This day stacks a 3 a.m. wake-up against a multi-hour drive on a genuinely demanding road — fatigue is the real risk here, more than any single stop being disappointing.
If the sunrise hike and the full Hana drive together feel unrealistic for your group, cutting the crater-top exploration short after sunrise is the easier sacrifice — the Road to Hana is the day’s real centerpiece and deserves the fresher half of your energy.
- This itinerary’s hardest day pairs two demanding activities back to back — treat the crater portion as flexible and the Hana drive as the priority if something has to give.
- Inter-island flight choice matters more on a tight schedule than it would on a slower trip — a single delay can cascade into a missed evening drive.
- Driving scenic routes later in the day, after morning traffic clears, is a real strategy worth using more than once across this week.
Day 6: Pipiwai Trail and Hana
After yesterday’s long push, day six slows down slightly — a morning hike followed by a more relaxed afternoon exploring whatever the inbound drive didn’t have time for. The Pipiwai Trail is the natural anchor here, a moderate hike through bamboo forest leading to a genuinely impressive waterfall.
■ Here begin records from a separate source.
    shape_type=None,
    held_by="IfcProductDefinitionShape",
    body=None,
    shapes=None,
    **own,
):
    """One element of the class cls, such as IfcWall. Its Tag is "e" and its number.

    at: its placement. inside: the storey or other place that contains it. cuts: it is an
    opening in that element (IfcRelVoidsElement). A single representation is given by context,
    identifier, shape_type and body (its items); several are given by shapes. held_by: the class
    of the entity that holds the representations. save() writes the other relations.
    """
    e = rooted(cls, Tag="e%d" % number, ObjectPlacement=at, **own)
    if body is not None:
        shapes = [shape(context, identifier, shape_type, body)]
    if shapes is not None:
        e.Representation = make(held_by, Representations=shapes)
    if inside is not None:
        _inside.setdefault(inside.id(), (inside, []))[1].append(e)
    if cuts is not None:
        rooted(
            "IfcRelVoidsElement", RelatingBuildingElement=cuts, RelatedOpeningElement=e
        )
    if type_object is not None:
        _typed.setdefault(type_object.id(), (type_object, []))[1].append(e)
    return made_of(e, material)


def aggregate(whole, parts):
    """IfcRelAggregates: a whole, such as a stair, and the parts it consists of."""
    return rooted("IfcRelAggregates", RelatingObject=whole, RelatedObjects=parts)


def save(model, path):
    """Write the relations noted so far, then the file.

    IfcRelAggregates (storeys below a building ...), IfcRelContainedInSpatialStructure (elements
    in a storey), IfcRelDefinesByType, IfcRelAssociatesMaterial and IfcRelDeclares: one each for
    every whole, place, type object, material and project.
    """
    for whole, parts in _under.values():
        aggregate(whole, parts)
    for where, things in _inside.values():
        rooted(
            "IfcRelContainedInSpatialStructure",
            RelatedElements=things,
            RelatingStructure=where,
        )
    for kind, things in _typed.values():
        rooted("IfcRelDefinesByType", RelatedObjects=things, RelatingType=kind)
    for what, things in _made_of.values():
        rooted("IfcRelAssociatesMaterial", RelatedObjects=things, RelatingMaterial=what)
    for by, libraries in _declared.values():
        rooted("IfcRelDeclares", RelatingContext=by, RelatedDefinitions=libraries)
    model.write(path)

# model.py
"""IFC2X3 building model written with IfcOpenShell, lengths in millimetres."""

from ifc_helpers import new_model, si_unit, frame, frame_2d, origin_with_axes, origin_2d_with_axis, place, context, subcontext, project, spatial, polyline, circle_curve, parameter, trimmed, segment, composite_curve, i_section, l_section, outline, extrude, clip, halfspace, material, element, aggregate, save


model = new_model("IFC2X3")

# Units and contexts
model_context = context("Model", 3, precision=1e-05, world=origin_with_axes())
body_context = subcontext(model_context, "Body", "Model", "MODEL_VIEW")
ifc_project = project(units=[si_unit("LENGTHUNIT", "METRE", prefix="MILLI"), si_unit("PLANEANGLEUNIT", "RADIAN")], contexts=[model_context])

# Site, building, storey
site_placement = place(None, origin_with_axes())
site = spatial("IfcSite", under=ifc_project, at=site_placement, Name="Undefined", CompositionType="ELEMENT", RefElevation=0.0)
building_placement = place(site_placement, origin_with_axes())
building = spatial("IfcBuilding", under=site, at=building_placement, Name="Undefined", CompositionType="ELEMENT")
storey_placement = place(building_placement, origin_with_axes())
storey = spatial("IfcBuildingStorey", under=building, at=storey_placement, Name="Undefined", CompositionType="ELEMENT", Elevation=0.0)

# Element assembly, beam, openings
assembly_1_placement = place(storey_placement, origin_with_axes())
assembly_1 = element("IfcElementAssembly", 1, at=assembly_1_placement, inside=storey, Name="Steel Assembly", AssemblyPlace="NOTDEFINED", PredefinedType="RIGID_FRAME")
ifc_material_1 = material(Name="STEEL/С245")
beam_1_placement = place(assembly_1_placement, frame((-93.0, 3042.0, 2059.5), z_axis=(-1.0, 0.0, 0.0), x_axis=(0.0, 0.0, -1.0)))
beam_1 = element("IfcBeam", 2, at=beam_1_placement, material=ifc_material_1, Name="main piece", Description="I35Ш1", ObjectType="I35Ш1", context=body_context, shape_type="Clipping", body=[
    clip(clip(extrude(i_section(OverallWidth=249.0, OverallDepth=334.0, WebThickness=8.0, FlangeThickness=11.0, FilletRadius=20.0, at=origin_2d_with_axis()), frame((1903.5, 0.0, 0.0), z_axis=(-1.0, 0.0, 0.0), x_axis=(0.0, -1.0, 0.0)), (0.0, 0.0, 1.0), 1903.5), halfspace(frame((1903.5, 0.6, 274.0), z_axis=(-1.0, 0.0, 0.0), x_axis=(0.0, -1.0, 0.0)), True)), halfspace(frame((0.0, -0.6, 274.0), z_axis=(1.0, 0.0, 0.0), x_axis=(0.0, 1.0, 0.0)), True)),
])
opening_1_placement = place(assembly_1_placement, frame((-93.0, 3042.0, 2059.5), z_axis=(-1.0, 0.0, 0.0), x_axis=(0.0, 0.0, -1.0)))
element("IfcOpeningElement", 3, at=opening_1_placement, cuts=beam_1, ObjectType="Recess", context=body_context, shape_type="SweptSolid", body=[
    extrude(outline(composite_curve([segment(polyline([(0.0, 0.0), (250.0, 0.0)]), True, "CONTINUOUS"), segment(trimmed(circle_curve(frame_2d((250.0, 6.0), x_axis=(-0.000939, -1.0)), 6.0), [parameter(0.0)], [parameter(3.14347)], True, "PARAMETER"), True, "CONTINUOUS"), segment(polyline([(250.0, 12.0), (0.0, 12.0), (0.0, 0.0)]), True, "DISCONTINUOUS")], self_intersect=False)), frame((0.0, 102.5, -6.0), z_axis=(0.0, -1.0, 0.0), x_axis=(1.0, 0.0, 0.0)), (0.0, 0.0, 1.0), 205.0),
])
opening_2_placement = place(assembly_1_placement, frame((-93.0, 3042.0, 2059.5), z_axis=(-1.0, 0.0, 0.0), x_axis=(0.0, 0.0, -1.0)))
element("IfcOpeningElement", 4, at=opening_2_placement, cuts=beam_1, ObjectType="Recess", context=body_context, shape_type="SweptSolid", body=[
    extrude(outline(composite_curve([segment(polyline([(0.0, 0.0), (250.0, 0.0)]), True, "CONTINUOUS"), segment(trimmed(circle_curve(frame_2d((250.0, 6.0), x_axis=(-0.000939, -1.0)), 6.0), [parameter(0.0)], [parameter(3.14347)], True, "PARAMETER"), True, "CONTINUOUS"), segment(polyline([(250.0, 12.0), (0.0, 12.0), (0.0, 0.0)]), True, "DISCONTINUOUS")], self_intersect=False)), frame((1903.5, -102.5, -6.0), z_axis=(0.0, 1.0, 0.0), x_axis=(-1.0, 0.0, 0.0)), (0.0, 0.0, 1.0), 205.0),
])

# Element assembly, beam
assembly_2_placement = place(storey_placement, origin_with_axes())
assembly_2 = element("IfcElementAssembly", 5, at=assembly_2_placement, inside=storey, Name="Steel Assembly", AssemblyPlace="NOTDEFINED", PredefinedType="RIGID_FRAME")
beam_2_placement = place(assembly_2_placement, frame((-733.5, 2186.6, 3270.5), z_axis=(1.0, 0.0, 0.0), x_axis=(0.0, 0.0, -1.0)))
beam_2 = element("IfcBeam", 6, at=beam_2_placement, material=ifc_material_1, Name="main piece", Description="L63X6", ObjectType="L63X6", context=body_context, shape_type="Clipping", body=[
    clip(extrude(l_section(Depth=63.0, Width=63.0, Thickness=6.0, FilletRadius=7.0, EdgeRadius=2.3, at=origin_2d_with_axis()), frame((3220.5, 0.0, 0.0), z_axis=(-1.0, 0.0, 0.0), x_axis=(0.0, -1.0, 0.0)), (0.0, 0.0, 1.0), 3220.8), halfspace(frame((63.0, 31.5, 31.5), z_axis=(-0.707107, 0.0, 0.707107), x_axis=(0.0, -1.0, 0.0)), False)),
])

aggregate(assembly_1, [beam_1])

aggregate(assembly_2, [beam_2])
A moderate-difficulty hike through bamboo forest, best tackled in the morning before midday heat sets in. The trail’s reputation rests on its waterfall payoff, but the forest section itself is worth taking slowly.
Spend the afternoon catching anything missed on yesterday’s drive in — a deliberately looser plan than the rest of the week, since the day’s main effort is already behind you by lunchtime.
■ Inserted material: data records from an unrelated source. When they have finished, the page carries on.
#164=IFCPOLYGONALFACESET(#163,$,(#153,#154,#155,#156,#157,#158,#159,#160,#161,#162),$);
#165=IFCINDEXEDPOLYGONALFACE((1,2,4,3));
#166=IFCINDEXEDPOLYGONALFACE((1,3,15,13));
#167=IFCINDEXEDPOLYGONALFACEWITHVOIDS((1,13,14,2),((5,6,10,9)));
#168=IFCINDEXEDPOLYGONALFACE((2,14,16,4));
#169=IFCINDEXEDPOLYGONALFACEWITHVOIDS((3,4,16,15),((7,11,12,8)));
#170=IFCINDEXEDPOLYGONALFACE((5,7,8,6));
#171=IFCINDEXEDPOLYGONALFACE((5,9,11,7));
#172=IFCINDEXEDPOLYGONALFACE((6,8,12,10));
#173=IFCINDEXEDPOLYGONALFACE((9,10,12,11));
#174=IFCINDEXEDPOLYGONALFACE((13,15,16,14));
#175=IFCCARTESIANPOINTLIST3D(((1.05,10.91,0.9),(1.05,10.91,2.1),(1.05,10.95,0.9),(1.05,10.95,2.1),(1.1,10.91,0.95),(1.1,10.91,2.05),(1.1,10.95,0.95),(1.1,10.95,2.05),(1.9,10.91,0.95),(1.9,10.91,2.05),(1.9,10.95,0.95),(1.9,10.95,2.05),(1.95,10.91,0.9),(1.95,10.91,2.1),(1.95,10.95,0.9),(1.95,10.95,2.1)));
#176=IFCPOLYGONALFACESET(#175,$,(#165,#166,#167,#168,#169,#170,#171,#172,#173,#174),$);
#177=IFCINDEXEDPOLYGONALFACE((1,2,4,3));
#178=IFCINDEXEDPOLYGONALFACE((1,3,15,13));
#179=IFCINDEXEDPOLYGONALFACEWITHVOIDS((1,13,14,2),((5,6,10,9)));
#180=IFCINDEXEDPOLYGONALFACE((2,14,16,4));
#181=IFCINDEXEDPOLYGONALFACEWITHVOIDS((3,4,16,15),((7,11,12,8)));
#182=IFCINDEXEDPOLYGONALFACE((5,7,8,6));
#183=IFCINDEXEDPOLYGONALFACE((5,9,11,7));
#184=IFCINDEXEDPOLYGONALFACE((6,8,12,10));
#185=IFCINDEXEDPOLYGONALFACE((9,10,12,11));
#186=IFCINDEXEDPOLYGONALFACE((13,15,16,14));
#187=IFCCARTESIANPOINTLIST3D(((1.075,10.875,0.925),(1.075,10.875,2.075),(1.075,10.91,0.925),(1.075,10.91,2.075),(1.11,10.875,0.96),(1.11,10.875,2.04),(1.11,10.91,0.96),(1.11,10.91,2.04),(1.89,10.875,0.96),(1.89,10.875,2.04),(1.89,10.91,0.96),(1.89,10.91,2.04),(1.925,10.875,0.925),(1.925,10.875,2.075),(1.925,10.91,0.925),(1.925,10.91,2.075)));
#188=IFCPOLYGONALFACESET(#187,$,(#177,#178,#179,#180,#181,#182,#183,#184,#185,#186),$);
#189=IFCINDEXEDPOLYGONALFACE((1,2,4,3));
This is the day to genuinely relax the schedule — if you’re tired from yesterday, skipping the afternoon exploration entirely and resting near Hana is a reasonable call without losing much from the trip overall.
Day 7: Lahaina and Departure
The final day closes the loop back toward the airport, with a whale watching tour as the planned highlight if your travel dates land in season. Front Street in Lahaina offers a convenient final stop for souvenir shopping and a last meal before flying home.
Front Street’s nightlife runs late, which is worth factoring in if you have an early flight the next morning — a quieter accommodation choice elsewhere may serve a tight departure schedule better.
Storms can cancel a whale watching tour with little notice, so treat this activity as the flexible piece of an otherwise packed week — a worthwhile add if conditions cooperate, but not worth restructuring the whole day around if they don’t.
Making the Logistics Work
A three-island week depends entirely on getting the inter-island flights and rental car handoffs right — there’s very little slack built into a schedule this tight.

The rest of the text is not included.